YOUR TASK = Each line in the records below, from the one that contains "#192=IFCRELAGGREGATES('0000000000000000000008',$,$,$,#8,(#12));" to the one that contains "building model written", should be reproduced exactly, the first and last included.

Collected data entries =
══════════════════════════════
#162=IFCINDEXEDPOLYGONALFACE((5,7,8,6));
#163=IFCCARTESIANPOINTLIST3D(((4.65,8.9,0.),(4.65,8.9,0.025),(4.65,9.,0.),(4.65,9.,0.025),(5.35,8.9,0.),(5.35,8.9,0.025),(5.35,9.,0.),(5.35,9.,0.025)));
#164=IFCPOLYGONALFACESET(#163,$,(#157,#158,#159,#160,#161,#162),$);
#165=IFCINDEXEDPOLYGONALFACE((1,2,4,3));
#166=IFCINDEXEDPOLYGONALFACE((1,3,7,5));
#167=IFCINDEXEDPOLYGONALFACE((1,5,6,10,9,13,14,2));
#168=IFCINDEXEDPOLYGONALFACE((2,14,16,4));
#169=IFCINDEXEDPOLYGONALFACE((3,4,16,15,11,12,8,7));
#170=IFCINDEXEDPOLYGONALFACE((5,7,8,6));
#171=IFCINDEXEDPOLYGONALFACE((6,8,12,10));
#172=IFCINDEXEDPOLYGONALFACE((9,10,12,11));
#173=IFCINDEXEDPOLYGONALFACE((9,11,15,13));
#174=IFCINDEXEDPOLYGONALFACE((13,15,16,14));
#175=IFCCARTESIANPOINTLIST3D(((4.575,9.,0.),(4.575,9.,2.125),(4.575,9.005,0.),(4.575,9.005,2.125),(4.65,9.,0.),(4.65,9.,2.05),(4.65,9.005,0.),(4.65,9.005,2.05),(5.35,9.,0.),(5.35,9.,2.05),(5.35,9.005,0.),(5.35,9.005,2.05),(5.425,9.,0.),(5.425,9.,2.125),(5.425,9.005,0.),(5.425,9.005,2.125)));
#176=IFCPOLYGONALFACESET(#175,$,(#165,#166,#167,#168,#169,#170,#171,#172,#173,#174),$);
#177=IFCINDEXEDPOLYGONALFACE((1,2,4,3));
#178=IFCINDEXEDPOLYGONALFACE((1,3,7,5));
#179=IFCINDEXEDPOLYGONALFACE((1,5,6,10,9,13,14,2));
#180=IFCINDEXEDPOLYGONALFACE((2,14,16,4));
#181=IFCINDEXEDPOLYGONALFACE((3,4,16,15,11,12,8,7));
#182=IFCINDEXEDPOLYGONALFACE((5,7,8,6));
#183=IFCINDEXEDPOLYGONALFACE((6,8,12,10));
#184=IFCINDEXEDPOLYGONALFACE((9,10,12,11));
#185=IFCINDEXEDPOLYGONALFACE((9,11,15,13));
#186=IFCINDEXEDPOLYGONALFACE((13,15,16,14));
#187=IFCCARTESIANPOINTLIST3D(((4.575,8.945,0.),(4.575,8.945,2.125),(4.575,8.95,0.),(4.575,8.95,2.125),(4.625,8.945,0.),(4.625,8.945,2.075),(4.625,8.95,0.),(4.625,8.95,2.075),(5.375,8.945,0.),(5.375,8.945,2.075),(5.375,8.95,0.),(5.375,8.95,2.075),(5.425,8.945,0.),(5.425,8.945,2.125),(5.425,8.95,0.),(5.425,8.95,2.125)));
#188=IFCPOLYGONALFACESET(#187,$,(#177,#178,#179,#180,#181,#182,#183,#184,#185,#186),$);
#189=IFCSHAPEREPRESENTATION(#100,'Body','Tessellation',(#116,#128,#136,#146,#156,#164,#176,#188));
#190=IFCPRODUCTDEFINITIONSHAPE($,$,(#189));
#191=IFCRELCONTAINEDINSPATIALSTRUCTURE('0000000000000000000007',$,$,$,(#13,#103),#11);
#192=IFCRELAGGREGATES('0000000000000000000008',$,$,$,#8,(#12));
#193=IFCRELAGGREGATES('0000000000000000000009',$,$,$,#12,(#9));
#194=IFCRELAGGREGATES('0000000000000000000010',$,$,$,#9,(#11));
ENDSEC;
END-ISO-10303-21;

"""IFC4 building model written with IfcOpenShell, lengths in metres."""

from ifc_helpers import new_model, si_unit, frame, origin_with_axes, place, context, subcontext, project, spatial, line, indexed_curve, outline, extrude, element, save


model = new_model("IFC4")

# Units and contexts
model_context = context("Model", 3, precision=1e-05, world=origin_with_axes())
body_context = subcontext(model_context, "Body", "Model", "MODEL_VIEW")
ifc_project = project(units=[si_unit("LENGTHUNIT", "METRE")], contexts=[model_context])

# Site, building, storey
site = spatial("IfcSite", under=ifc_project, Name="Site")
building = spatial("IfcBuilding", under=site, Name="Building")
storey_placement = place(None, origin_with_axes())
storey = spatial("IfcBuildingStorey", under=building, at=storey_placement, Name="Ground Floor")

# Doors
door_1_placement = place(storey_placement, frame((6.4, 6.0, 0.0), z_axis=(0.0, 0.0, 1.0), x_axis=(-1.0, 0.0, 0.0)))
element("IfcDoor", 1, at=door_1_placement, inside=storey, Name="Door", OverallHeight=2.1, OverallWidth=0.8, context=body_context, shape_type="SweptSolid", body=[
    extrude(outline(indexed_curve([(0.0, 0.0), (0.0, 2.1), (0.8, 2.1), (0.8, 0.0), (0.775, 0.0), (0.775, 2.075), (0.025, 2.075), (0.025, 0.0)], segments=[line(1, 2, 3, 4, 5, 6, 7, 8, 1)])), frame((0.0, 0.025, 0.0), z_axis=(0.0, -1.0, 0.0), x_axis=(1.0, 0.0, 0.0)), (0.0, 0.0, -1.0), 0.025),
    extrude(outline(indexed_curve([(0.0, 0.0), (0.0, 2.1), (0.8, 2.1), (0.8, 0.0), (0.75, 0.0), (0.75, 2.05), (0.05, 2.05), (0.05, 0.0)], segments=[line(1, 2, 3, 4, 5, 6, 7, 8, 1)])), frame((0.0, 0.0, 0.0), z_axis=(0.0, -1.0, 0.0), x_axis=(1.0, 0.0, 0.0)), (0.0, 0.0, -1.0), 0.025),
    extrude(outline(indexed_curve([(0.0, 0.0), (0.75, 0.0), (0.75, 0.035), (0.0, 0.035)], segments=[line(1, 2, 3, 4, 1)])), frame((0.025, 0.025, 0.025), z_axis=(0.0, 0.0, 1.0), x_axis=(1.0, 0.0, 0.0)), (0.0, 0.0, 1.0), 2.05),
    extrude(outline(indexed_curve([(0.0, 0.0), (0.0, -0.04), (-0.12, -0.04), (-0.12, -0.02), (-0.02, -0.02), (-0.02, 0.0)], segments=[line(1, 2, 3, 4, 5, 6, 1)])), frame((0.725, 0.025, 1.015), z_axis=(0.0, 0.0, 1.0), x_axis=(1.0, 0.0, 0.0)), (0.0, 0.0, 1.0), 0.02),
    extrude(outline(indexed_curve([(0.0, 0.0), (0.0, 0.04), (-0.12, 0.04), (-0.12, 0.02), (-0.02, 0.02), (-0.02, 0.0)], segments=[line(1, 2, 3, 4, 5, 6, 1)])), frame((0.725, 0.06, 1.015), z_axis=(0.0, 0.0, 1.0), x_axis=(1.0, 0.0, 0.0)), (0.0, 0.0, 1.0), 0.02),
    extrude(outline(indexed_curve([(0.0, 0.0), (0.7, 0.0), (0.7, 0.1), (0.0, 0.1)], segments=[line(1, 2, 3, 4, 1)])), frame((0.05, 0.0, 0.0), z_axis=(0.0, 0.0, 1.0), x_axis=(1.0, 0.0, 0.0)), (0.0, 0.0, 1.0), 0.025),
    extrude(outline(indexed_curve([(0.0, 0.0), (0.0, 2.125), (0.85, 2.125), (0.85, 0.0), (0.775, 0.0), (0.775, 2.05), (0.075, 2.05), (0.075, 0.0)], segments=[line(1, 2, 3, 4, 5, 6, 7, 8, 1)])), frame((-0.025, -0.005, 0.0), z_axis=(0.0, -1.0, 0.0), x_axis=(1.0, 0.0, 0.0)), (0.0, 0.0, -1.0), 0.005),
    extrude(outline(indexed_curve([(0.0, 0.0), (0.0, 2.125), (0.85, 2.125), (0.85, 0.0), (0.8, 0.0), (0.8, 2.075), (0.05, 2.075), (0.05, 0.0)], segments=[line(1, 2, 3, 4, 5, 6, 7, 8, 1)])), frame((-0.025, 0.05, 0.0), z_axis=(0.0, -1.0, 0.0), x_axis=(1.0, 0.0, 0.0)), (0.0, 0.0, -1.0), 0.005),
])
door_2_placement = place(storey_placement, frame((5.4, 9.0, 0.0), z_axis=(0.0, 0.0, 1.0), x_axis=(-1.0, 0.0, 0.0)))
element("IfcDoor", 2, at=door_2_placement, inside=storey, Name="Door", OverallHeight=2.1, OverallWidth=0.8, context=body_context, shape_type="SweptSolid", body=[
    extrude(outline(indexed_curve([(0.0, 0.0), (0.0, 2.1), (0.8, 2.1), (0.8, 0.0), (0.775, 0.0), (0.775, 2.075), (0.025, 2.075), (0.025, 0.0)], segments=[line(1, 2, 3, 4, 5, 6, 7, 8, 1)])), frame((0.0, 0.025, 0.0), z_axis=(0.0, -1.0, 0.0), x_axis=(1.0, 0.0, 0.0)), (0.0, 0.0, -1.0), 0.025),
══════════════════════════════
ANSWER SPACE =
#192=IFCRELAGGREGATES('0000000000000000000008',$,$,$,#8,(#12));
#193=IFCRELAGGREGATES('0000000000000000000009',$,$,$,#12,(#9));
#194=IFCRELAGGREGATES('0000000000000000000010',$,$,$,#9,(#11));
ENDSEC;
END-ISO-10303-21;

"""IFC4 building model written with IfcOpenShell, lengths in metres."""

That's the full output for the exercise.